The dopamine is gone and I no longer feel like doing anything that requires effort. But since I was productive all day, I am content.

I might also be exhausted at the end of an unproductive day, however. And the feeling of having no energy to do anything while also having not gotten anything done all day is one that I generally interpret as sadness or anxiety.

So what is the difference between the two?

I think either way, you’re out of your dopamine. You don’t have the “energy” to get things done.

It’s possible that after a successful day, you receive more serotonin, and that’s what makes you content.

I would argue, though, that it’s possible the mix of neurotransmitters in your brain is exactly the same. That the only difference in terms of how you feel is simply due to differences in how you interpret how you are feeling.

They say that tons of emotions are just different interpretations of the same things. Nervousness and excitement, for example, are physiologically almost identical.

Are happiness and sadness really so different?

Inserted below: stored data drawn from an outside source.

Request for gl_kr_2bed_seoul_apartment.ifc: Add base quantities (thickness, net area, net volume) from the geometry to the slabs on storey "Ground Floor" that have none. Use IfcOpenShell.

First a look at what the model holds.

```python
import ifcopenshell
import ifcopenshell.util.element
import ifcopenshell.util.unit

model = ifcopenshell.open("gl_kr_2bed_seoul_apartment.ifc")
print(model.schema)
for unit_type in ("LENGTHUNIT", "AREAUNIT", "VOLUMEUNIT"):
    print(unit_type, ifcopenshell.util.unit.calculate_unit_scale(model, unit_type))
storey = next(s for s in model.by_type("IfcBuildingStorey") if s.Name == "Ground Floor")
slabs = [e for e in ifcopenshell.util.element.get_decomposition(storey) if e.is_a("IfcSlab")]
for e in sorted(slabs, key=lambda e: e.id()):
    print(e.id(), e.is_a(), e.Name, list(ifcopenshell.util.element.get_psets(e, qtos_only=True)), sep=" | ")
```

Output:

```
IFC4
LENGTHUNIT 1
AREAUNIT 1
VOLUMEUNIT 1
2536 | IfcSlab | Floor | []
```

```python
import ifcopenshell
import ifcopenshell.api.pset
import ifcopenshell.geom
import ifcopenshell.util.element
import ifcopenshell.util.shape
import ifcopenshell.util.unit

model = ifcopenshell.open("gl_kr_2bed_seoul_apartment.ifc")
unit_scale = ifcopenshell.util.unit.calculate_unit_scale(model)
area_scale = ifcopenshell.util.unit.calculate_unit_scale(model, "AREAUNIT")
volume_scale = ifcopenshell.util.unit.calculate_unit_scale(model, "VOLUMEUNIT")
settings = ifcopenshell.geom.settings()

storey = next(s for s in model.by_type("IfcBuildingStorey") if s.Name == "Ground Floor")
slabs = [e for e in ifcopenshell.util.element.get_decomposition(storey) if e.is_a("IfcSlab")]

for e in sorted(slabs, key=lambda e: e.id()):
    if ifcopenshell.util.element.get_psets(e, qtos_only=True, should_inherit=False):
        continue
    # Geometry comes back in metres, in the element's own axes.
    shape = ifcopenshell.geom.create_shape(settings, e)
    values = {
        "Width": ifcopenshell.util.shape.get_z(shape.geometry) / unit_scale,
        "NetArea": ifcopenshell.util.shape.get_footprint_area(shape.geometry) / area_scale,
        "NetVolume": ifcopenshell.util.shape.get_volume(shape.geometry) / volume_scale,
    }
    qto = ifcopenshell.api.pset.add_qto(model, product=e, name="Qto_SlabBaseQuantities")
    ifcopenshell.api.pset.edit_qto(model, qto=qto, properties=values)
    print(e.id(), {k: round(v, 3) for k, v in values.items()})

model.write("gl_kr_2bed_seoul_apartment-out.ifc")
```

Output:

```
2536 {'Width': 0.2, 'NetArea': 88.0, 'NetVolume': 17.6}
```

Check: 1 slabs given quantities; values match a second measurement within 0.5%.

I think both are typically associated with a lack of energy. We think of happy people as having energy and being productive, which is likely true, but I suspect that while they are being productive, they would not describe their top emotion as “happy”.

Happiness is typically felt when you are at rest.

As is sadness. Which might explain people that seem like they are happy and positive and productive, but then describe feeling incredible sadness when they finish their day or when they are alone and resting.

Clearly there is more to it than this, and the exact combination of neurotransmitters and other chemicals in our brain that leads to different emotions is quite complicated.

But I just think it’s an interesting idea that how we interpret our emotions can make a huge difference.

For myself, I remember there was a long time where I had a lot of bad debt and I just couldn’t seem to shake it. Every time I was at rest and exhausted, I remember feeling this anxiety about it. Like, “I can’t rest because I have this huge problem”.

I can’t help but think that I still feel exactly the same way, but on days where I’ve been productive at least, I now interpret that feeling as contentment or even happiness. It’s like, “yeah, I did well today, and now I can just relax”.

Maybe it’s all part of how we, as humans, reward ourselves for a job well done, and punish ourselves for doing badly.

In my case, though, maybe I could reframe this. Maybe at the end of the day, I can focus on how I’ve been doing overall. Maybe I wasn’t productive that day, but if I can at least say that I’m on the right track in general, maybe I can always feel good.

We’ll find out!

The Value of Friendship

I recently attended the retirement party of a long-time family friend. It was full of his friends from various areas of his life as well as many co-workers.

At one point, he pulled me aside and said,

“This feels so weird, like attending my own funeral. So many of these people I’m never going to see again.”

Several times throughout the evening, he said things over the microphone begging people to keep spending time with him in his retirement. He was so worried that he wouldn’t be able to maintain his social life after he retired.

I’m not really sure what the lesson here is, but it just really struck a chord with me. I don’t know why, but it made me sad.

Happy for him, of course, both for his successful career and also his plethora of friends. But the extent to which he was worried about losing them all really stuck out to me.

Was it just a general anxiety of transitioning into this new stage of life? What was driving that fear?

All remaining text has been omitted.